I think it's interesting that given the financial nature of the boards there seem to be quite few posters who are desperate for material gain.  Most people seem to agree that there's more to life than money and that other things can be far more important than possessions and a hefty bank balance.


----------



## CCOVICH (16 Feb 2006)

This is not a Savings and Investments issue as far as I can see.

Moved to The Great Financial Debates.


----------



## kazbah (16 Feb 2006)

I'm certainly not loaded!  I'm 26.  For the first couple of years out of college I spent every penny I earned but stayed out of debt.  I have an average IT salary and I've started to save since the SSIA was launched plus extra regular savings.  I've also started to dabble in the Rabo Investment Funds.  All in all I probably have €25-30K in savings.


----------



## Satanta (16 Feb 2006)

I seem to find that the vast majority of people here are simply looking to do the best with whatever funds they have. Whether it’s making sure they claim every cent available back in tax relief, clearing a massive debt or those lucky souls looking to maximize the lump sum under the bed. 

I for one believe that its of as much benefit to people stuck in the red side of the bank account as it is to those relaxing in the black.

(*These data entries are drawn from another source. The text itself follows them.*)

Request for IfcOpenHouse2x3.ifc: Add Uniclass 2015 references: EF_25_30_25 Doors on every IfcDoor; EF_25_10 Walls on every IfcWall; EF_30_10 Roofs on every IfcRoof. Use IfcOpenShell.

First a look at what the model holds.

```python
import ifcopenshell

model = ifcopenshell.open("IfcOpenHouse2x3.ifc")
print(model.schema)
print("classifications:", [c.Name for c in model.by_type("IfcClassification")])
for ifc_class in ("IfcDoor", "IfcRoof", "IfcStair", "IfcWall", "IfcWindow"):
    print(ifc_class, len(model.by_type(ifc_class)))
```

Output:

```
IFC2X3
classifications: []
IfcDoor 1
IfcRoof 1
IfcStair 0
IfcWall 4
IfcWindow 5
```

```python
import ifcopenshell
import ifcopenshell.api.classification

model = ifcopenshell.open("IfcOpenHouse2x3.ifc")

# IFC2X3 requires Source and Edition and has no link from the project to the system.
system = model.create_entity("IfcClassification", Source="NBS", Edition="2015", Name="Uniclass 2015")

codes = {
    "IfcDoor": ("EF_25_30_25", "Doors"),
    "IfcWall": ("EF_25_10", "Walls"),
    "IfcRoof": ("EF_30_10", "Roofs"),
}
for ifc_class, (code, name) in codes.items():
    products = model.by_type(ifc_class)
    ifcopenshell.api.classification.add_reference(
        model, products=products, classification=system, identification=code, name=name
    )
    print(code, len(products))

model.write("IfcOpenHouse2x3_v2.ifc")
```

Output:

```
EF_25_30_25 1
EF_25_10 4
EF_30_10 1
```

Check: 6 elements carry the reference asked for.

Currently the forum seems to provide a huge mix of backgrounds, ages and experiences... one of the things that make it so beneficial. I know I've suggested family and friends from students to retired couples pop in to check out information on something which comes up in conversation, yet to hear any of them say it wasn't of great help.


----------



## sysman (16 Feb 2006)

I think why possibly qingdao raises the point is that we constantly hear in the media that personal debt in Ireland exceeds disposable income by 33%. And when you logon to the main financial discussion board in the country the vast majority of posters seem to be more concerned with investing lump sums and different entry, exit, maintenance, and transaction charges for different investment funds than dealing with personal debt. But if you look in the Banking, borrowing and credit card section you find the personal debt posts - but not as many as you would think would be there.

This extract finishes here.